2. **Establishing a Connection**:
    - Use the `connect()` method to create a connection to the database.
    - Syntax: `conn = sqlite3.connect('database_name.db')`
    - If the database does not exist, it will be created with the specified name and location.

3. **Creating a Cursor Object**:
    - Use the `cursor()` method on the connection object to create a cursor.
    - Syntax: `cur = conn.cursor()`
    - The cursor is used to execute SQL queries.
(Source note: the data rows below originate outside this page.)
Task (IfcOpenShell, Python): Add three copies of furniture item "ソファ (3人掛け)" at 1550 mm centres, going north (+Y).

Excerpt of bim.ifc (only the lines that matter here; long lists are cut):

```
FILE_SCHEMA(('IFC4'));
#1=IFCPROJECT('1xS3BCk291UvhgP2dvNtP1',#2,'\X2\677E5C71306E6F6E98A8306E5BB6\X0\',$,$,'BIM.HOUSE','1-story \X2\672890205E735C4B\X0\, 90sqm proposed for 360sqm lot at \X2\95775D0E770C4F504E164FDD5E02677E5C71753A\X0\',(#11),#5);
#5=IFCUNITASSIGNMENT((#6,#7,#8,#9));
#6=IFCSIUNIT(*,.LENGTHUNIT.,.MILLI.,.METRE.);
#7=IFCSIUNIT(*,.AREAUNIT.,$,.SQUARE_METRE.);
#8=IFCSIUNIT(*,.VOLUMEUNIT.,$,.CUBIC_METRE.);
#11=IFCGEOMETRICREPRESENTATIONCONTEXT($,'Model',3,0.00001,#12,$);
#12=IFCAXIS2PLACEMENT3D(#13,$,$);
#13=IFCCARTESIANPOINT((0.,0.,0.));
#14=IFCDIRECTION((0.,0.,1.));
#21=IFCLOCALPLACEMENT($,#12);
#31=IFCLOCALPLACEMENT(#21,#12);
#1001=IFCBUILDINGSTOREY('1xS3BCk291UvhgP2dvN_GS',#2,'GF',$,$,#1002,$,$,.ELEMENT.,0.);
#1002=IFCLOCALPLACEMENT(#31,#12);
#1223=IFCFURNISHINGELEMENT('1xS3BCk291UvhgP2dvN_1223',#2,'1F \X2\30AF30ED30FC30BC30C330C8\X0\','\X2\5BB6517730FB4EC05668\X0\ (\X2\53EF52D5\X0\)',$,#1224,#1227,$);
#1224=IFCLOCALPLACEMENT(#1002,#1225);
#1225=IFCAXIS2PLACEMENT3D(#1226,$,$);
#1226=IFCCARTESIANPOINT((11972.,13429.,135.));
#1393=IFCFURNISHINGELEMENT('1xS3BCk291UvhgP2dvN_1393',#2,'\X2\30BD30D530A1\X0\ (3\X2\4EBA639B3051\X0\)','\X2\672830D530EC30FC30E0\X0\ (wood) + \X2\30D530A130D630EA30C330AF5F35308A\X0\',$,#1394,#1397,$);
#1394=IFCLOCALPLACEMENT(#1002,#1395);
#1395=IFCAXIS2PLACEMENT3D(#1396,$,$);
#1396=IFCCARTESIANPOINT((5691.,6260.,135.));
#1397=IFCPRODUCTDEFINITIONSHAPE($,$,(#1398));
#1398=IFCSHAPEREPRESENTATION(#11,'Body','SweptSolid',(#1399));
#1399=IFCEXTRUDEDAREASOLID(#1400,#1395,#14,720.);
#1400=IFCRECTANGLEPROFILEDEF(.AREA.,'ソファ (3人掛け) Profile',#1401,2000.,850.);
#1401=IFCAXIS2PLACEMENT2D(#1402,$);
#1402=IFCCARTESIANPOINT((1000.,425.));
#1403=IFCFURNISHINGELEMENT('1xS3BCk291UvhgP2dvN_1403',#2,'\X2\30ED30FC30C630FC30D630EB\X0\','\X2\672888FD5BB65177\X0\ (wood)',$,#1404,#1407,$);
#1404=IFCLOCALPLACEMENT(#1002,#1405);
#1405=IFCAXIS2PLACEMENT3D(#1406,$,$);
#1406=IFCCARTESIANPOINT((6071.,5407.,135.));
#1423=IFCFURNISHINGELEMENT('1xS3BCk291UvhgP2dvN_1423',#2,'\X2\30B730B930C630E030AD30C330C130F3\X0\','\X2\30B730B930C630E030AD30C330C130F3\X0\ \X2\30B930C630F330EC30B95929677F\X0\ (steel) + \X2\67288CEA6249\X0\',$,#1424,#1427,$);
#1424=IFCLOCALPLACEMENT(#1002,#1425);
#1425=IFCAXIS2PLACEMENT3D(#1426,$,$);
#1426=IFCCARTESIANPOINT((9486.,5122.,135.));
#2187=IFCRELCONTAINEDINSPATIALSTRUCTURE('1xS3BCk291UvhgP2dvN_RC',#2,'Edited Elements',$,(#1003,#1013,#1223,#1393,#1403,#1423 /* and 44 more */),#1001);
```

```python
import numpy as np
import ifcopenshell
import ifcopenshell.api.geometry
import ifcopenshell.api.root
import ifcopenshell.util.element
import ifcopenshell.util.placement

model = ifcopenshell.open("bim.ifc")


def reuse_history(source, copy):
    """copy_class also copies each property set's owner history, people and application; keep the originals."""
    for rel in copy.IsDefinedBy:
        if rel.is_a("IfcRelDefinesByProperties") and (history := rel.RelatingPropertyDefinition.OwnerHistory):
            rel.RelatingPropertyDefinition.OwnerHistory = source.OwnerHistory
            ifcopenshell.util.element.remove_deep2(model, history)


source = model.by_guid("1xS3BCk291UvhgP2dvN_1393")
base = ifcopenshell.util.placement.get_local_placement(source.ObjectPlacement)
step = np.array([0.0, 1.0, 0.0]) * 1550.0

for i in range(1, 4):
    copy = ifcopenshell.api.root.copy_class(model, product=source)
    copy.Representation = ifcopenshell.util.element.copy_deep(
        model, source.Representation, exclude=["IfcGeometricRepresentationContext", "IfcRepresentationMap"]
    )
    reuse_history(source, copy)
    matrix = base.copy()
    matrix[:3, 3] += i * step
    print("added at", matrix[:3, 3].round(3) + 0.0)
    ifcopenshell.api.geometry.edit_object_placement(model, product=copy, matrix=matrix, is_si=False)

model.write("bim_edited.ifc")
```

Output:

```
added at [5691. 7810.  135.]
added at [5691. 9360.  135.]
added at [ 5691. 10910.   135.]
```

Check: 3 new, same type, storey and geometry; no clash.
4. **Executing SQL Queries**:
    - Use the `execute()` method on the cursor object to run SQL queries.
    - Example:
      - Creating a table: `cur.execute("CREATE TABLE emp (eid INT, salary INT)")`
      - Inserting data: `cur.execute("INSERT INTO emp VALUES (105, 57000)")`

5. **Committing Changes**:
    - Use the `commit()` method on the connection object to save changes to the database.
    - Syntax: `conn.commit()`

6. **Fetching Data**:
    - Use the `execute()` method with a `SELECT` query to retrieve data.
    - Fetch methods:
      - `fetchone()`: Retrieves a single record.
      - `fetchall()`: Retrieves all records.
    - Example:
      ```python
      cur.execute("SELECT * FROM emp")
      records = cur.fetchall()
      ```

### Summary
The `sqlite3` module simplifies database operations in Python. It allows you to create and manage databases, execute SQL queries, and fetch data efficiently. Key methods include `connect()`, `execute()`, `commit()`, `fetchone()`, and `fetchall()`.